Aux premières images du film, un enfant joue, se tient en équilibre sur un pied, balaie les nuages dans le ciel. Mais l’équilibre est précaire, le jeu dérisoire, et la pensée magique de l’enfance ne peut pas grand-chose contre les nuages qui s’accumulent sur ce territoire. De nouveau, de ce pays de pierres et d’arbres, Comes Chahbazian filme l’essentiel, la forêt, les maisons de pierres, le village dans la nuit à peine éclairée. Les plans sont larges, immobiles, lents. Ils mesurent le temps, ouverts au vent, aux bruits de la nature, à l’obscurité du matin. Peu de groupes dans ces scènes, aucune agitation urbaine, mais des rues vides et faites de cailloux. On monte dans ce village comme dans une terre dépouillée, vouée à l’essentiel, un monde presque antique. Quant aux gens qu’il filme, souvent seuls dans leur activité ou face caméra, Comes Chahbazian les regarde évoluer dans la même temporalité des plans fixes, longs et attentifs. Tendu vers eux, il les observe dans leur environnement, dans leurs gestes de tous les jours. Et parfois, très près de leur corps, de leur visage, il scrute la peau, les ombres, les rides. Frontaux, patients, ces plans qui durent construisent une attention aiguë aux êtres qui se livrent, la plupart du temps, avec une forme de douceur. Droits et dignes, ils se racontent. Leurs paroles, qu’on entend d’abord, le plus souvent, en voix off, se mêlent à leurs gestes, dans un quotidien réduit à l’essentiel lui aussi : arpenter, pêcher, nager… Avant que leurs mots ne se donnent à écouter attentivement tandis qu’ils nous font face. Alors les récits de la guerre se superposent aux gestes et à la terre, et viennent hanter corps et territoire.

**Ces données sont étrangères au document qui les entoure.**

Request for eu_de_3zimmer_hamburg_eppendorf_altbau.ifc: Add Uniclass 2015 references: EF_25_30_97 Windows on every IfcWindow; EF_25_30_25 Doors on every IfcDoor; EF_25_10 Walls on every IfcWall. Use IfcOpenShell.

First a look at what the model holds.

```python
import ifcopenshell

model = ifcopenshell.open("eu_de_3zimmer_hamburg_eppendorf_altbau.ifc")
print(model.schema)
print("classifications:", [c.Name for c in model.by_type("IfcClassification")])
for ifc_class in ("IfcDoor", "IfcRoof", "IfcStair", "IfcWall", "IfcWindow"):
    print(ifc_class, len(model.by_type(ifc_class)))
```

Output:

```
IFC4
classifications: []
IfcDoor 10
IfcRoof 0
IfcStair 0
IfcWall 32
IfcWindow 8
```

```python
import ifcopenshell
import ifcopenshell.api.classification

model = ifcopenshell.open("eu_de_3zimmer_hamburg_eppendorf_altbau.ifc")

system = ifcopenshell.api.classification.add_classification(model, classification="Uniclass 2015")

codes = {
    "IfcWindow": ("EF_25_30_97", "Windows"),
    "IfcDoor": ("EF_25_30_25", "Doors"),
    "IfcWall": ("EF_25_10", "Walls"),
}
for ifc_class, (code, name) in codes.items():
    products = model.by_type(ifc_class)
    ifcopenshell.api.classification.add_reference(
        model, products=products, classification=system, identification=code, name=name
    )
    print(code, len(products))

model.write("eu_de_3zimmer_hamburg_eppendorf_altbau_updated.ifc")
```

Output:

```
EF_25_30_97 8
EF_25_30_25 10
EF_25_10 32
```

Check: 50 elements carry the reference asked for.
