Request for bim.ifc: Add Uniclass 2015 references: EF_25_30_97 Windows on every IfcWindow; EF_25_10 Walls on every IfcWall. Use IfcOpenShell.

First a look at what the model holds.

```python
import ifcopenshell

model = ifcopenshell.open("bim.ifc")
print(model.schema)
print("classifications:", [c.Name for c in model.by_type("IfcClassification")])
for ifc_class in ("IfcDoor", "IfcRoof", "IfcStair", "IfcWall", "IfcWindow"):
    print(ifc_class, len(model.by_type(ifc_class)))
```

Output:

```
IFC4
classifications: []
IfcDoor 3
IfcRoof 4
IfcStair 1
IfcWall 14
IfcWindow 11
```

```python
import ifcopenshell
import ifcopenshell.api.classification

model = ifcopenshell.open("bim.ifc")

system = ifcopenshell.api.classification.add_classification(model, classification="Uniclass 2015")

codes = {
    "IfcWindow": ("EF_25_30_97", "Windows"),
    "IfcWall": ("EF_25_10", "Walls"),
}
for ifc_class, (code, name) in codes.items():
    products = model.by_type(ifc_class)
    ifcopenshell.api.classification.add_reference(
        model, products=products, classification=system, identification=code, name=name
    )
    print(code, len(products))

model.write("bim_updated.ifc")
```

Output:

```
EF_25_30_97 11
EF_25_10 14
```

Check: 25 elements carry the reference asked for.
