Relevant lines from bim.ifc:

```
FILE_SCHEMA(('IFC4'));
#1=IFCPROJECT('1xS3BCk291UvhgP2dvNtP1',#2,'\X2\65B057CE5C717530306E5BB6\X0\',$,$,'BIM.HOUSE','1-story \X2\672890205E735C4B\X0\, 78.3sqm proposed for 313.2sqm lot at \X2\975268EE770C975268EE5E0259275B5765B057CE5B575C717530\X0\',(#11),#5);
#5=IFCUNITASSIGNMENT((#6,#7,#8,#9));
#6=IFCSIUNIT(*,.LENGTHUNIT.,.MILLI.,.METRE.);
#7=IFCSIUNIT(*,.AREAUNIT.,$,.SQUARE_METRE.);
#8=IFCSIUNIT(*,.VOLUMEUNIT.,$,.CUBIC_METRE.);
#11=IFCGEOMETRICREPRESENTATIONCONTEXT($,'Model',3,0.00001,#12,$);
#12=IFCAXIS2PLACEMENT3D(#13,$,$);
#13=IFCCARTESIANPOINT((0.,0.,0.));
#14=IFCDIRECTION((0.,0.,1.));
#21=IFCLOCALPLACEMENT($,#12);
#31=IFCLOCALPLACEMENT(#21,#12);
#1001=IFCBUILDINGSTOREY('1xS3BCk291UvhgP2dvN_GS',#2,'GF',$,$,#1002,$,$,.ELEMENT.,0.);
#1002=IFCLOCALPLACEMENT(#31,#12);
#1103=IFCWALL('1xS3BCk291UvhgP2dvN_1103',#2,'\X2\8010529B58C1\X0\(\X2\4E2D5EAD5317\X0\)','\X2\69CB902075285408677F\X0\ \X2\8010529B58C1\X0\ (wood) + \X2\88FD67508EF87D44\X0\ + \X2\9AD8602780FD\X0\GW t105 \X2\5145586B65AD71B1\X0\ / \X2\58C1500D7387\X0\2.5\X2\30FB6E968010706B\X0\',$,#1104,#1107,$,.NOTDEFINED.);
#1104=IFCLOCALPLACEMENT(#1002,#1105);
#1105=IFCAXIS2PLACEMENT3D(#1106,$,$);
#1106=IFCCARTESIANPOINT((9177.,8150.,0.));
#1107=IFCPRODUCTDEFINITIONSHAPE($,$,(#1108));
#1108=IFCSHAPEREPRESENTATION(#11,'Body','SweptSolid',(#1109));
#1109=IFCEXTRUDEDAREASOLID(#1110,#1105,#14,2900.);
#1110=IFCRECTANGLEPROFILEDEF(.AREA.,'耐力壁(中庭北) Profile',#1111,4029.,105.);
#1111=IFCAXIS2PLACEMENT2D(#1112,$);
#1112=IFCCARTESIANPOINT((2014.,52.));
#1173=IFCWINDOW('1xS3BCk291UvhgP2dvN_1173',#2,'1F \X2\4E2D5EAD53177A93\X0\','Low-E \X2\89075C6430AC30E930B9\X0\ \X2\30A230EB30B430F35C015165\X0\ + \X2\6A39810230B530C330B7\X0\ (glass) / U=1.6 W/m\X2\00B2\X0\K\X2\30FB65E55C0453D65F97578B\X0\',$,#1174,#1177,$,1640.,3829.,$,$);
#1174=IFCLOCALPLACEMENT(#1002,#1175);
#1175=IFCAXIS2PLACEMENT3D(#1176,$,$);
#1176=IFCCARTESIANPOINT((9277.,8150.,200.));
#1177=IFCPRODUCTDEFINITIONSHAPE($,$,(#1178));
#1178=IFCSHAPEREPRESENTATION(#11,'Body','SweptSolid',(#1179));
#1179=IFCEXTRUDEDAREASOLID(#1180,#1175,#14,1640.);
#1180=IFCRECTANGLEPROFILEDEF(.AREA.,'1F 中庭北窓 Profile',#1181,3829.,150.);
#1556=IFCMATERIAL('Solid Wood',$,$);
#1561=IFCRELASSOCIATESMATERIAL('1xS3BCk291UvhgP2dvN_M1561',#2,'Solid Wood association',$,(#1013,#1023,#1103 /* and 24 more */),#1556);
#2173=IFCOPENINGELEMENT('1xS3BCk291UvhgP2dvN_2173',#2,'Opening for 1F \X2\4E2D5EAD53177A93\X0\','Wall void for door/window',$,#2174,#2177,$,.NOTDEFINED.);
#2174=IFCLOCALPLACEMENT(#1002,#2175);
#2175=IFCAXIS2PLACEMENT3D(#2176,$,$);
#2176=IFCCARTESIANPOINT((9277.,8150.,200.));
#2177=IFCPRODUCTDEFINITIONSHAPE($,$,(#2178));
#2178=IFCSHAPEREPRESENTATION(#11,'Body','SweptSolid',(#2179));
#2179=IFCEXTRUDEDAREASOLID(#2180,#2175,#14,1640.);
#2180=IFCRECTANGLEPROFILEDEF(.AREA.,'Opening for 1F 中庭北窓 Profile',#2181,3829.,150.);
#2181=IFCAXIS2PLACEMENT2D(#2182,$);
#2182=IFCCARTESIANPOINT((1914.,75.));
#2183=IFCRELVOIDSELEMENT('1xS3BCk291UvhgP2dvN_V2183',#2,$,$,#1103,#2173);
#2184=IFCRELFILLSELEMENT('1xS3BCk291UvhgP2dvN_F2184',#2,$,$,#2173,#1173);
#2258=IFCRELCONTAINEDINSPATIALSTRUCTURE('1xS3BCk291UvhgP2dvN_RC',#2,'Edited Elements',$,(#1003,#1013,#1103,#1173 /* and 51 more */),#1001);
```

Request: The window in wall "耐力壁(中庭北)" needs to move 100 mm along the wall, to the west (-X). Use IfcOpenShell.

```python
import ifcopenshell
import ifcopenshell.api.geometry
import ifcopenshell.util.placement
import ifcopenshell.util.unit

model = ifcopenshell.open("bim.ifc")
unit_scale = ifcopenshell.util.unit.calculate_unit_scale(model)

window = model.by_guid("1xS3BCk291UvhgP2dvN_1173")
opening = window.FillsVoids[0].RelatingOpeningElement
wall = opening.VoidsElements[0].RelatingBuildingElement

wall_matrix = ifcopenshell.util.placement.get_local_placement(wall.ObjectPlacement)
shift = wall_matrix[:3, 0] * -0.1 / unit_scale
before = ifcopenshell.util.placement.get_local_placement(window.ObjectPlacement)[:3, 3].copy()

# The window is not placed relative to its opening, so move both.
for product in (opening, window):
    matrix = ifcopenshell.util.placement.get_local_placement(product.ObjectPlacement)
    matrix[:3, 3] += shift
    ifcopenshell.api.geometry.edit_object_placement(model, product=product, matrix=matrix, is_si=False)

after = ifcopenshell.util.placement.get_local_placement(window.ObjectPlacement)[:3, 3]
print("window moved by", (after - before).round(3) + 0.0)

model.write("bim_v2.ifc")
```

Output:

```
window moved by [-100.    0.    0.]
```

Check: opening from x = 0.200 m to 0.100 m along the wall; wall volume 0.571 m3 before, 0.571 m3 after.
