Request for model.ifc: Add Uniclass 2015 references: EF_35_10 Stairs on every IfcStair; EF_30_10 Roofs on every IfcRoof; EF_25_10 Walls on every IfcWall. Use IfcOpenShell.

First a look at what the model holds.

```python
import ifcopenshell

model = ifcopenshell.open("model.ifc")
print(model.schema)
print("classifications:", [c.Name for c in model.by_type("IfcClassification")])
for ifc_class in ("IfcDoor", "IfcRoof", "IfcStair", "IfcWall", "IfcWindow"):
    print(ifc_class, len(model.by_type(ifc_class)))
```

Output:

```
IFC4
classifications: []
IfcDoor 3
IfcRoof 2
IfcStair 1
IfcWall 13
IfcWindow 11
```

```python
import ifcopenshell
import ifcopenshell.api.classification

model = ifcopenshell.open("model.ifc")

system = ifcopenshell.api.classification.add_classification(model, classification="Uniclass 2015")

codes = {
    "IfcStair": ("EF_35_10", "Stairs"),
    "IfcRoof": ("EF_30_10", "Roofs"),
    "IfcWall": ("EF_25_10", "Walls"),
}
for ifc_class, (code, name) in codes.items():
    products = model.by_type(ifc_class)
    ifcopenshell.api.classification.add_reference(
        model, products=products, classification=system, identification=code, name=name
    )
    print(code, len(products))

model.write("model_rev.ifc")
```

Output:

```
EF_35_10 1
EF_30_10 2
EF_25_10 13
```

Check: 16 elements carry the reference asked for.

 Entre ces témoins, un grand récit commun se tisse peu à peu avec beaucoup de pudeur, qui raconte l’histoire de cette guerre et son pourquoi. Mais ce « pourquoi » s’est déjà incarné dans les images de ces gens ancrés dans leur territoire. C’est avec lui qu’ils se tiennent droits comme des arbres, c’est en lui qu’ils se fondent avec les autres animaux qui traversent leur quotidien, omniprésents eux aussi, du chien qu’on caresse au poisson qu’on éventre, c’est lui qu’ils arpentent de long en large avec la lenteur propre à leur marche... Et c’est là une part de la grâce du film de réussir à nous faire éprouver aussi viscéralement cette appartenance des hommes à la terre. Dès lors, comment vivre ailleurs ? Dans la guerre qui s’est abattue ici et qui était déjà, comme le racontent certains à l’écran, la répétition d’une histoire tragique de massacre et d’exil, il s’agissait de défendre et sa peau et sa terre, puisqu’elles sont indissociables. S’impose dès lors la tragédie dont on hérite par delà les temps avec la terre elle-même, comme un destin auquel on ne peut jamais échapper. Peut-être qu’une grande partie de la dignité des êtres rencontrés ici, tient à cette manière droite d’accepter cette destinée ? Car que faire contre le destin, sinon l’endosser le plus dignement possible ? Et toujours présente, toujours vivante en eux, la guerre n’est jamais vraiment terminée, qui rôde dans le regard qui s’égare, dans le corps qui boite, dans la rage qui éclate.

Tragédie de l’histoire et du film lui-même, la guerre éclate à nouveau au cours du tournage. Le conflit reprend ici même, pour les mêmes hommes, trente et quelques années plus tard, comme une malédiction impossible à conjurer. Désormais, il n’est plus à l’écran ni maisons, ni forêts, ni bêtes. Certains reprennent les armes et le cycle continue puisque les accompagnent maintenant sur le terrain des jeunes jusque-là plus ou moins épargnés. D’autres sont saisis derrière des vitres, entre quatre murs. Enfermés désormais loin de leurs terres, de leur vie, prisonniers de ce drame voué à se répéter. Et le film rejoint lui aussi la tragédie en marche, réalisant ce qu’il présupposait lui-même dès le départ, que la guerre, une fois commencée, n’est jamais terminée, qu’elle ne cesse de hanter les êtres, de traverser les corps, et qu’elle peut reprendre, à tout moment.